# Limit Switch Adj. On Colchester



## Kroll (Feb 29, 2016)

Guys I have spent what seems to be hrs trying to find that sweet spot.Between off/on,the roller on the limit switch does not ride squarely on the bolt that is on lever.I really don't know if I started with all the parts,the lever has several holes but nothing was there.I tried adjust that square head bolt but nothing.I also tried adjusting the roller arm on the limit switch.Its all wired correctly but I don't understand why the limit has 3 wires going to it.For a switch that I think is just either NO or NC which makes or breaks set of contacts.I'm at the point to where just want to install a switch instead of the limit switch.Any thoughts or ideals on figuring this out or how to do away with limit and install a Start/Stop?-----kroll
Asking electrical questions is as hard as giving answers


----------



## wa5cab (Mar 1, 2016)

I'm not familiar with the application.  What is the limit switch supposed to control?


----------



## Brain Coral (Mar 1, 2016)

Hello Carroll 

I took some pics of mine, but it looks a little different than yours.
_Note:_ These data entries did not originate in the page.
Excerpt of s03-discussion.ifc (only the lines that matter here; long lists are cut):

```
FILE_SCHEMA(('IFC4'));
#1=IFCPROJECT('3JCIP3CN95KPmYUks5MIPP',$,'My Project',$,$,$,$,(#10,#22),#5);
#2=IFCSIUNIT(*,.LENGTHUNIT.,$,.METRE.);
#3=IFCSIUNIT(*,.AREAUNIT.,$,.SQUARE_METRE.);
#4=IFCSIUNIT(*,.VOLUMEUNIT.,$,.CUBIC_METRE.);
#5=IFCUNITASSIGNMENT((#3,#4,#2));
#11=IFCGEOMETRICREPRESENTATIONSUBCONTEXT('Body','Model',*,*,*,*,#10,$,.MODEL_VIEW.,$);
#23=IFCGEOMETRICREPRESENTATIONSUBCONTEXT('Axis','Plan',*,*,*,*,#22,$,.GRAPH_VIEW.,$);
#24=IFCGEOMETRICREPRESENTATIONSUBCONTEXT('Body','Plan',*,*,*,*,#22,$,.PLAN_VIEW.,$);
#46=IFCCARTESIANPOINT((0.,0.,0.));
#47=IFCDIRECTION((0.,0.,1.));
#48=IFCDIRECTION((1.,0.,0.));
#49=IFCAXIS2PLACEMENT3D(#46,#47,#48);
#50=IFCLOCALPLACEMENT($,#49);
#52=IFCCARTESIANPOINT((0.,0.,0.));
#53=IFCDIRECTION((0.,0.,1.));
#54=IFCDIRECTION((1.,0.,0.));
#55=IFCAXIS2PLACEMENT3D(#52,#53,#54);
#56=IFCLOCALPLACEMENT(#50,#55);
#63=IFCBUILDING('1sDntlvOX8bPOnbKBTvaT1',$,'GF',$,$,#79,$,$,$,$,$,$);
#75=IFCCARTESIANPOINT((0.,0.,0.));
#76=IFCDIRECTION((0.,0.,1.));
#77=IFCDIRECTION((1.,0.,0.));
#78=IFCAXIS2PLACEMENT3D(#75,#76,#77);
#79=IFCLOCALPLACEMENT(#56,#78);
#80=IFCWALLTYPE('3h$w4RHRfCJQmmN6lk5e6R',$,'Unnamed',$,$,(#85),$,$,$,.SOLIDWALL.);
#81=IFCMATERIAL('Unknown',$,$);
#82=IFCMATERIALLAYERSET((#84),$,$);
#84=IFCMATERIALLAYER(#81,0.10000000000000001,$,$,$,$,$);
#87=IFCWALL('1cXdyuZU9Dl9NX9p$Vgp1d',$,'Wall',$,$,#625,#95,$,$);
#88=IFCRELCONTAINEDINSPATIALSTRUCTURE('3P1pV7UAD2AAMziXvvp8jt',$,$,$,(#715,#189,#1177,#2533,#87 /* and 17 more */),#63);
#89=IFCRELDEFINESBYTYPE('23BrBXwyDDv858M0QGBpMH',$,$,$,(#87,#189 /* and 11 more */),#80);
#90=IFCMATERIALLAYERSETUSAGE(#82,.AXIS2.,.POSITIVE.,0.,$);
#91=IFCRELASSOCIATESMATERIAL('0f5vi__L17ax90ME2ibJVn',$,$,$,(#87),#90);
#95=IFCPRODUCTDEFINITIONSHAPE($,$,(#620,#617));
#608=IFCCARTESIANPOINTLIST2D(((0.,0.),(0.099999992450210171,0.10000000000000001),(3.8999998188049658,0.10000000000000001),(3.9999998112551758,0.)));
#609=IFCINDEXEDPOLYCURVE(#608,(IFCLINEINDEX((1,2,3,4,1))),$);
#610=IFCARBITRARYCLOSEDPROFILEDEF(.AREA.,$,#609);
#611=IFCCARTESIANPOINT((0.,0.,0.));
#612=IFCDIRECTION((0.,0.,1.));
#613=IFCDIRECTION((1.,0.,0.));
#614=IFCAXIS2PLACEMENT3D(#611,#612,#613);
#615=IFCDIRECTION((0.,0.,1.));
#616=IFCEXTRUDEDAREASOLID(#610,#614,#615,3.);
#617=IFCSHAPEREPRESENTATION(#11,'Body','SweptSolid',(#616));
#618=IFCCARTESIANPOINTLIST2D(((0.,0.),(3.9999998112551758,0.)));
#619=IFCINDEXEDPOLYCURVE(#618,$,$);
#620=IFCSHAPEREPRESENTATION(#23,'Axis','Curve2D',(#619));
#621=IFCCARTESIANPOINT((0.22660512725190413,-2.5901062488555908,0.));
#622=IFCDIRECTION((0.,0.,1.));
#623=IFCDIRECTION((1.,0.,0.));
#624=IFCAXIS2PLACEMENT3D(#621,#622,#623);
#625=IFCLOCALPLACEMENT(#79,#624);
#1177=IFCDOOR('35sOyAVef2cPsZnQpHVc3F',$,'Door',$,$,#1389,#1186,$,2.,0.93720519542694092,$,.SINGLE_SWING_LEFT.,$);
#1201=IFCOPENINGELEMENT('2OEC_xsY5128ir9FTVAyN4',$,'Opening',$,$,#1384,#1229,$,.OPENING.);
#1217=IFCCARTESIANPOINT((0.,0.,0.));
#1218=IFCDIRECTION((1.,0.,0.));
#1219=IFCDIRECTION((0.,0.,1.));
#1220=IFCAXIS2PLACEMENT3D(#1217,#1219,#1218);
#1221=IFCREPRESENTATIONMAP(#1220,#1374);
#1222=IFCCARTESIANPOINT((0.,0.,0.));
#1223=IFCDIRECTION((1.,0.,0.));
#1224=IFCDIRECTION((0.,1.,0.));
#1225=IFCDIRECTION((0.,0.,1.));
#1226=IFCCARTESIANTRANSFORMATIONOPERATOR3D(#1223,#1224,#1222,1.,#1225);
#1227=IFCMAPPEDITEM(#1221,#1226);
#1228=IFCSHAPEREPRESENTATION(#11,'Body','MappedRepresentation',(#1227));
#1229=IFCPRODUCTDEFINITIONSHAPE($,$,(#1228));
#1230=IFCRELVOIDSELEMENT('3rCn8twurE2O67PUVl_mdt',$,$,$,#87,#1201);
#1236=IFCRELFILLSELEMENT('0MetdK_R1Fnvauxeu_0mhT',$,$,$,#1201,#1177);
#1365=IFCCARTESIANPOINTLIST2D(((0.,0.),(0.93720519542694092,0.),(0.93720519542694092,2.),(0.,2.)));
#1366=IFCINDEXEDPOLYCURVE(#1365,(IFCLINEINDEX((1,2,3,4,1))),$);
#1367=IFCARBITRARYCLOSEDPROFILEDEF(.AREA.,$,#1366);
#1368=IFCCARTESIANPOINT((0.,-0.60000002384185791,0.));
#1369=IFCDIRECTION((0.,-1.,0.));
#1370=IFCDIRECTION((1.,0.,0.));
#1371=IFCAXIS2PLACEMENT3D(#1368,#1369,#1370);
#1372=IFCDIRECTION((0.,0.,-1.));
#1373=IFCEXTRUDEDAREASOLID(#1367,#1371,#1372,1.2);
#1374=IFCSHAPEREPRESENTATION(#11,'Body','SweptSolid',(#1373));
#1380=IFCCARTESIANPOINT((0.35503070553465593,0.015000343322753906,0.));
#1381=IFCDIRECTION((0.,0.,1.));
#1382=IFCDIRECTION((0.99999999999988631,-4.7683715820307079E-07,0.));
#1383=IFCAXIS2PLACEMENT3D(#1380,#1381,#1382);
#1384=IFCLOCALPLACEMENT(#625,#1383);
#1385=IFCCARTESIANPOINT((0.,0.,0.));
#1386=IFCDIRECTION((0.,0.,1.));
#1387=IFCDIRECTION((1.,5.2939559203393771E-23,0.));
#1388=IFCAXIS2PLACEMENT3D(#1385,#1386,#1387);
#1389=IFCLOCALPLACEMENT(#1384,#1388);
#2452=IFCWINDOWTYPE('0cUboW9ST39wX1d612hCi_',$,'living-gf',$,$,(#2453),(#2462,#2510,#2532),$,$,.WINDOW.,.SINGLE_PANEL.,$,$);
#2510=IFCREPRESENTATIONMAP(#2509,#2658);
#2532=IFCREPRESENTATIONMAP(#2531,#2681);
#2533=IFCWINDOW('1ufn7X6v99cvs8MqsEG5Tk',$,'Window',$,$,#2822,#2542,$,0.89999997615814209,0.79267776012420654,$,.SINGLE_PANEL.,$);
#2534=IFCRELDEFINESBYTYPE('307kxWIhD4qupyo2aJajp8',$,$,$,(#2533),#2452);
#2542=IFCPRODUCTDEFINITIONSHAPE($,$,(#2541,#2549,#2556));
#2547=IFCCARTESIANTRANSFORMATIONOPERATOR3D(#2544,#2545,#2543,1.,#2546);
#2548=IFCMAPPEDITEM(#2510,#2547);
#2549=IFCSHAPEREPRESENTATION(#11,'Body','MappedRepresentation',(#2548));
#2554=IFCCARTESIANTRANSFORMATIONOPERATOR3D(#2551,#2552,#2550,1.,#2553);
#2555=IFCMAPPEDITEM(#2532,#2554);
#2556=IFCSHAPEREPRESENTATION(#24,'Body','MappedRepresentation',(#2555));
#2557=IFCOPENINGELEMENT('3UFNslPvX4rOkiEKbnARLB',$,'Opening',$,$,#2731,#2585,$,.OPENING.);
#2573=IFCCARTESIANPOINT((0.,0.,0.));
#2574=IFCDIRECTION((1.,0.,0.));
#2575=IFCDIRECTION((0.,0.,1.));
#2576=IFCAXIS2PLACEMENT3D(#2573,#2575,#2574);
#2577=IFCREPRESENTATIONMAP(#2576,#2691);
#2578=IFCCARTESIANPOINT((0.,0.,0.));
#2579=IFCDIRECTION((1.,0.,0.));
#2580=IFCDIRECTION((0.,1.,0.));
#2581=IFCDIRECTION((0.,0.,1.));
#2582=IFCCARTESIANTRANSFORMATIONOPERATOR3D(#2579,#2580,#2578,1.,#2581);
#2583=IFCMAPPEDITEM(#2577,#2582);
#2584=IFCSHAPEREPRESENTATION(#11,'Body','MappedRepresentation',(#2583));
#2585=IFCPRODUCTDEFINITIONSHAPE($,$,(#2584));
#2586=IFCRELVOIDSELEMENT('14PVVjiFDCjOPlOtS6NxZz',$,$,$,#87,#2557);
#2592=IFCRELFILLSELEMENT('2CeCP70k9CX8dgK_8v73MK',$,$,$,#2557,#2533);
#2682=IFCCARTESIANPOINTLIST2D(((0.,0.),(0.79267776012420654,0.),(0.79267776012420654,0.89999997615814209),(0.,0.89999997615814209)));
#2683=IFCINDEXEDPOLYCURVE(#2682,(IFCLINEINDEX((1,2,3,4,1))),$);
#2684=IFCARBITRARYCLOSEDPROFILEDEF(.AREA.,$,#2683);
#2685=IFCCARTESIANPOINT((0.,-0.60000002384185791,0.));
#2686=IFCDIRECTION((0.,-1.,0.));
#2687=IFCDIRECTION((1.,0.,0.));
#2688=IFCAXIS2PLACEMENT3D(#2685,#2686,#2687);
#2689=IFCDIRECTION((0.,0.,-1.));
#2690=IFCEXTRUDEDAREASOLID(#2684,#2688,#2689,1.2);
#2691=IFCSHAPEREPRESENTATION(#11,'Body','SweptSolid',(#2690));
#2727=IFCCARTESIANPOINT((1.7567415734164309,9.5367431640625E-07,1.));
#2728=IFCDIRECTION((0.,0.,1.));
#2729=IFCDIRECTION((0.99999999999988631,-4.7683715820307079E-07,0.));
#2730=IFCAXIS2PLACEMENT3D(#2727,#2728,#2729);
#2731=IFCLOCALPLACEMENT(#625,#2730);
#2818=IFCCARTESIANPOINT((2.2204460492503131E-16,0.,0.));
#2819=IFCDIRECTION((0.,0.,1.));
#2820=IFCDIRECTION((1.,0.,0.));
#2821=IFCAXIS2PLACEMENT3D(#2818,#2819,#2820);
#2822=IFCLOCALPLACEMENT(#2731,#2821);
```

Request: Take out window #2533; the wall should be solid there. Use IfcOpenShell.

```python
import ifcopenshell
import ifcopenshell.api.feature
import ifcopenshell.api.root
import ifcopenshell.geom
import ifcopenshell.util.shape

model = ifcopenshell.open("s03-discussion.ifc")
settings = ifcopenshell.geom.settings()


def volume(element):
    """Net volume in cubic metres, openings subtracted."""
    shape = ifcopenshell.geom.create_shape(settings, element)
    return ifcopenshell.util.shape.get_volume(shape.geometry)


window = model.by_guid("1ufn7X6v99cvs8MqsEG5Tk")
opening = window.FillsVoids[0].RelatingOpeningElement
wall = opening.VoidsElements[0].RelatingBuildingElement
before = volume(wall)

ifcopenshell.api.root.remove_product(model, product=window)
ifcopenshell.api.feature.remove_feature(model, feature=opening)

after = volume(wall)

print(f"wall volume {before:.3f} -> {after:.3f} m3")

model.write("s03-discussion_v2.ifc")
```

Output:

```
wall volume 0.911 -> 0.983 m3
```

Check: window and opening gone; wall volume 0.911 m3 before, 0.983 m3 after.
Maybe they will be of some help.



















Brian


----------



## Kroll (Mar 2, 2016)

Good afternoon guys,Robert on mine its for the stop/start.On the front of the spindle head is a lever when I move it up to start the lathe then lower it which it then stops the lathe.That lever is connect to a rod that goes through the spindle head which when you turn it then it allows the limit switch to open/close depending on which you turn it.Now Brians pictures are so much better than mine which I can clearly see the linkage.Brians limit switch is a push button but mine is a lever type,which has to travel about 2" to open/close the contacts.Tomorrow going to try and find a different spring which will help(I hope) see if that will work.Thank you Robert for asking and thank you Brian for posting those pics.I would look at yours then run out and check my lathe.----kroll


----------



## wa5cab (Mar 3, 2016)

OK.  FWIW, Brian's switch is also a form of limit switch.  "limit switch" is a function, not a definition of mechanical form.  If you own (as I do) one of the common Chinese 4x6 cutoff bandsaws, it probably has a bat-handle toggle on it acting as a limit switch.  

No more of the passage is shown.